[Source records]
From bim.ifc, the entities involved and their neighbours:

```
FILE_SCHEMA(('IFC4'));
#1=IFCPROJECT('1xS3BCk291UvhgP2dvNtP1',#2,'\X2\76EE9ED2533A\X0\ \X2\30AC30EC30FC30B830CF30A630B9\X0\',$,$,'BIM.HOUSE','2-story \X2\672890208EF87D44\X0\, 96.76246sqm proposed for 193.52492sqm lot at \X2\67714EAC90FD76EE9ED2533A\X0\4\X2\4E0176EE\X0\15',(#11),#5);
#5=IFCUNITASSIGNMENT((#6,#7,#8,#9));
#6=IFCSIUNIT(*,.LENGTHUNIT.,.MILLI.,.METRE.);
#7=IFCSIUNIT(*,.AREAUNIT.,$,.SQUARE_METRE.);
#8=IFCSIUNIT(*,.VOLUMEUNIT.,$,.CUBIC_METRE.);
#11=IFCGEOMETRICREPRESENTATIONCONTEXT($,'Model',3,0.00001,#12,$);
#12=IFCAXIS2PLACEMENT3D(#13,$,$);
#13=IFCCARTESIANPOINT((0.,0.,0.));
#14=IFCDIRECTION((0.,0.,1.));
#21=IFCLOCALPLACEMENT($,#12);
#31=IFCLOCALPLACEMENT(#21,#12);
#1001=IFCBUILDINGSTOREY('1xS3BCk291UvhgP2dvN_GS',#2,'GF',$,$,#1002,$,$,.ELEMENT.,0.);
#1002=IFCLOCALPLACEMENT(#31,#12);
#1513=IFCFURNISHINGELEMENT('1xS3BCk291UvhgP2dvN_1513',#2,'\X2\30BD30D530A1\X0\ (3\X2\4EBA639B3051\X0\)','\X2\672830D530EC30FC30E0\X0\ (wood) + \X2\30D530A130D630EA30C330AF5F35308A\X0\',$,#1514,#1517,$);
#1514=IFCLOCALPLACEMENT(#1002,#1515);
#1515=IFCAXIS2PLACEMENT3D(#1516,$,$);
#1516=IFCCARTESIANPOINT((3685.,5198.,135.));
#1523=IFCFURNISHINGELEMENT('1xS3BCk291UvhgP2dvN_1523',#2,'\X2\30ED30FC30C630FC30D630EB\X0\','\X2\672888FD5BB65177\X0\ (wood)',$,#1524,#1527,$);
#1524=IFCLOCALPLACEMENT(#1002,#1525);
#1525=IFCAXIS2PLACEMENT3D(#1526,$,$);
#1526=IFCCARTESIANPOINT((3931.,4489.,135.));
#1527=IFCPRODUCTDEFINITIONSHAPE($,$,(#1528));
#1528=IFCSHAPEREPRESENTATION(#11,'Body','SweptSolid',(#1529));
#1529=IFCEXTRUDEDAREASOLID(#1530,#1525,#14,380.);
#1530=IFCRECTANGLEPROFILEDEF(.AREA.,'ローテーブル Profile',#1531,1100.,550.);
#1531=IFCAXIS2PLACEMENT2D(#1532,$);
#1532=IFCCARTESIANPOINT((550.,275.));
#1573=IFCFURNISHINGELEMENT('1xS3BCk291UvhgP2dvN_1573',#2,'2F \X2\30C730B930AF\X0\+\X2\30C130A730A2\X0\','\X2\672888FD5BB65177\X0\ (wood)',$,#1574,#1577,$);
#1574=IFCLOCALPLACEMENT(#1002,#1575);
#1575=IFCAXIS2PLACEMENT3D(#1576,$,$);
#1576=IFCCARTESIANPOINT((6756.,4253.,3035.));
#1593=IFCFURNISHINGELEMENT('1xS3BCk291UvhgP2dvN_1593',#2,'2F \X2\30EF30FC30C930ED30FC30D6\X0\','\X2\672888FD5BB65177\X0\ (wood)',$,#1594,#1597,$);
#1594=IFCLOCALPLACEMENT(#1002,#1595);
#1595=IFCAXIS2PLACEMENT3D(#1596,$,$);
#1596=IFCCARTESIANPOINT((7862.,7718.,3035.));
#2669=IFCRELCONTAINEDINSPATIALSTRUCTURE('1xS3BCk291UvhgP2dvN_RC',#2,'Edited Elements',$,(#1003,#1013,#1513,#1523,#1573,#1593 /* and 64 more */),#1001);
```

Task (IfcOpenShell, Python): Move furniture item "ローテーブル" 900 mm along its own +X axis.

```python
import ifcopenshell
import ifcopenshell.api.geometry
import ifcopenshell.util.placement
import ifcopenshell.util.unit

model = ifcopenshell.open("bim.ifc")
unit_scale = ifcopenshell.util.unit.calculate_unit_scale(model)

item = model.by_guid("1xS3BCk291UvhgP2dvN_1523")
matrix = ifcopenshell.util.placement.get_local_placement(item.ObjectPlacement)
matrix[:3, 3] += matrix[:3, 0] * 0.9 / unit_scale
ifcopenshell.api.geometry.edit_object_placement(model, product=item, matrix=matrix, is_si=False)

print(ifcopenshell.util.placement.get_local_placement(item.ObjectPlacement).round(3) + 0.0)

model.write("bim-out.ifc")
```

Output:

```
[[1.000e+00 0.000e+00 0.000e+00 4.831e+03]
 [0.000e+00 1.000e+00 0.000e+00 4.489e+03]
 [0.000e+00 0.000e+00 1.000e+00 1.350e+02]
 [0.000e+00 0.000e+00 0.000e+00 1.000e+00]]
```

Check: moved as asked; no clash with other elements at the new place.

[TASK GOAL]
Determine how many lines of the data above contain the string "IFCCARTESIANPOINT", and answer with the number only.

[RESULT]
6